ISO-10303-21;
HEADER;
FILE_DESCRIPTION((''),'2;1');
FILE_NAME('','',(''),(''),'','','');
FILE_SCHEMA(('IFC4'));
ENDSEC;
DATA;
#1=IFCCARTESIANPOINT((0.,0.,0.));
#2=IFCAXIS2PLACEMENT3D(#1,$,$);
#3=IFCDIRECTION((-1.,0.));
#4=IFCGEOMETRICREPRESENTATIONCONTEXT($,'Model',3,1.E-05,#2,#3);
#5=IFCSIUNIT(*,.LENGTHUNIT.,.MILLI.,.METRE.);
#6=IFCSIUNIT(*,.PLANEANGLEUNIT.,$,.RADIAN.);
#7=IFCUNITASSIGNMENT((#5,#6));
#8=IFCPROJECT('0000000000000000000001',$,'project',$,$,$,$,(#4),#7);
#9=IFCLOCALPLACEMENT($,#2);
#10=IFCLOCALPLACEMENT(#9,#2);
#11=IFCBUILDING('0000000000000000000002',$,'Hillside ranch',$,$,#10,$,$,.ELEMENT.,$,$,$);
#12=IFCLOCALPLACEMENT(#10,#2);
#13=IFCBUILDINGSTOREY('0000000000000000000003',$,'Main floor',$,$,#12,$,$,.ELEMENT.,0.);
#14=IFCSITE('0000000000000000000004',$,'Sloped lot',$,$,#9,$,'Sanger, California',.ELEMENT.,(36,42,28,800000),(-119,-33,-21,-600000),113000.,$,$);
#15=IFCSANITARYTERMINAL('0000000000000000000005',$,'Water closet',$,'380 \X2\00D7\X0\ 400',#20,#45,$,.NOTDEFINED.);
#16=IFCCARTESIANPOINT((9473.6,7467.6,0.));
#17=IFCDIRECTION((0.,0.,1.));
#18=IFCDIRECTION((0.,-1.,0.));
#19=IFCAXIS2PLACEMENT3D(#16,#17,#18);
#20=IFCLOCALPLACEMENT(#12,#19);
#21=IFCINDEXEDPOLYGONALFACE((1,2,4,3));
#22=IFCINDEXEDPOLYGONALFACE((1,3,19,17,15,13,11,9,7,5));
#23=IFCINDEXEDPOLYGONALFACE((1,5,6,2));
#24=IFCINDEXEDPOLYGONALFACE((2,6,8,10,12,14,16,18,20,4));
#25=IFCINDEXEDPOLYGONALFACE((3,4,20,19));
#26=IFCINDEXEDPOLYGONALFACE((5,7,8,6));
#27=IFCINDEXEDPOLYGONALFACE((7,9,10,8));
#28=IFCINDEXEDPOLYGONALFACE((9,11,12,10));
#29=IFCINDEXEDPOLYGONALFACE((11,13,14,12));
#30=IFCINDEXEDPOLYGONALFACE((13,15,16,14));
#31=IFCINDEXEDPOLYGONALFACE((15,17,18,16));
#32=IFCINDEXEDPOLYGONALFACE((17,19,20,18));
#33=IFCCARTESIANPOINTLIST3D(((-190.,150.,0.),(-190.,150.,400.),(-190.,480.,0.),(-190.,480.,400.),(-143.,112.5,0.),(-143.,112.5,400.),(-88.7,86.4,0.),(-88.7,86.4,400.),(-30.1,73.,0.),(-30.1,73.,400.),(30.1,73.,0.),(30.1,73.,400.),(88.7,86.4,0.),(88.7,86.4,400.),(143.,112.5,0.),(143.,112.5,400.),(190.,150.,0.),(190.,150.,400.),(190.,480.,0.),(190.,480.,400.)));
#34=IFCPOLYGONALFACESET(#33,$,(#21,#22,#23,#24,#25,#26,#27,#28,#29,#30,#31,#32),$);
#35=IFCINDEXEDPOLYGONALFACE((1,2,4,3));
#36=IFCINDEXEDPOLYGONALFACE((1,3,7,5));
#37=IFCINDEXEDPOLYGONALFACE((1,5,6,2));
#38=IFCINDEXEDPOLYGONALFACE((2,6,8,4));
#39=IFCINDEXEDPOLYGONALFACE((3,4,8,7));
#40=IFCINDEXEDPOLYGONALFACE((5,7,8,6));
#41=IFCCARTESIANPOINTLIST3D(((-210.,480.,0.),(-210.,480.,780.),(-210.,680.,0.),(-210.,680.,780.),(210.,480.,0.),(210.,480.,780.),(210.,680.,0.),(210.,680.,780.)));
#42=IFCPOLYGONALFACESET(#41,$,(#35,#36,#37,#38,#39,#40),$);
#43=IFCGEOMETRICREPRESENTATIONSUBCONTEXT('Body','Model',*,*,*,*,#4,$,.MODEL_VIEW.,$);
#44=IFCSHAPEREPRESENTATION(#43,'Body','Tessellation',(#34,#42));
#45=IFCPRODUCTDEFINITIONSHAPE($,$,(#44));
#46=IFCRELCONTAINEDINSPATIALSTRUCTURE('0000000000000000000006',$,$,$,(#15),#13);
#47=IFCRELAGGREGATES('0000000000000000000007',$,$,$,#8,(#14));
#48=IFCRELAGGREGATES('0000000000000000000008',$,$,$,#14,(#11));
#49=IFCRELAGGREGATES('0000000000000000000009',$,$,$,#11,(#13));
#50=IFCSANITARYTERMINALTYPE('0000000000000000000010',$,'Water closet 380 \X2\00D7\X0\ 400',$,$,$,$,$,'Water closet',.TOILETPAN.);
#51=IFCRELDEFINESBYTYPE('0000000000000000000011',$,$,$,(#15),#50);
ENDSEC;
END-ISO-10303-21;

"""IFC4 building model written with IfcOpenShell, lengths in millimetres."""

from ifc_helpers import new_model, si_unit, direction, frame, origin, origin_with_axes, place, context, subcontext, project, spatial, polyline, line, arc, indexed_curve, outline, extrude, source, transform, mapped, type_object, type_shapes, element, save


model = new_model("IFC4")

# Units and contexts
model_context = context("Model", 3, precision=1e-05, world=origin(), true_north=direction((-1.0, 0.0)))
body_context = subcontext(model_context, "Body", "Model", "MODEL_VIEW")
ifc_project = project(units=[si_unit("LENGTHUNIT", "METRE", prefix="MILLI"), si_unit("PLANEANGLEUNIT", "RADIAN")], contexts=[model_context])

# Site, building, storey
site_placement = place(None, origin())
site = spatial("IfcSite", under=ifc_project, at=site_placement, Name="Sloped lot", LongName="Sanger, California", CompositionType="ELEMENT", RefLatitude=(36, 42, 28, 800000), RefLongitude=(-119, -33, -21, -600000), RefElevation=113000.0)
building_placement = place(site_placement, origin())
building = spatial("IfcBuilding", under=site, at=building_placement, Name="Hillside ranch", CompositionType="ELEMENT")
storey_placement = place(building_placement, origin())
storey = spatial("IfcBuildingStorey", under=building, at=storey_placement, Name="Main floor", CompositionType="ELEMENT", Elevation=0.0)

# Sanitary terminal
sanitary_terminal_type_1 = type_object("IfcSanitaryTerminalType", Name="Water closet 380 × 400", ElementType="Water closet", PredefinedType="TOILETPAN")
shared_shape_1 = source(origin(), body_context, "Body", "SweptSolid", [
    extrude(outline(indexed_curve([(-190.0, 480.0), (-190.0, 150.0), (0.0, 71.3), (190.0, 150.0), (190.0, 480.0)], segments=[line(1, 2), arc(2, 3, 4), line(4, 5), line(5, 1)], self_intersect=False)), origin_with_axes(), (0.0, 0.0, 1.0), 400.0),
    extrude(outline(polyline([(-210.0, 480.0), (210.0, 480.0), (210.0, 680.0), (-210.0, 680.0), (-210.0, 480.0)])), origin(), (0.0, 0.0, 1.0), 780.0),
])
type_shapes(sanitary_terminal_type_1, [shared_shape_1])
sanitary_terminal_1_placement = place(storey_placement, frame((9473.6, 7467.6, 0.0), z_axis=(0.0, 0.0, 1.0), x_axis=(0.0, -1.0, 0.0)))
element("IfcSanitaryTerminal", 1, at=sanitary_terminal_1_placement, inside=storey, type_object=sanitary_terminal_type_1, Name="Water closet", ObjectType="380 × 400", PredefinedType="NOTDEFINED", context=body_context, shape_type="MappedRepresentation", body=[
    mapped(shared_shape_1, transform((0.0, 0.0, 0.0))),
])

save(model, "model.ifc")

*TASK TO COMPLETE*: Among the records, find the lines that contain "IFCDIRECTION" and copy each of them.

*FINAL ANSWER*:
#3=IFCDIRECTION((-1.,0.));
#17=IFCDIRECTION((0.,0.,1.));
#18=IFCDIRECTION((0.,-1.,0.));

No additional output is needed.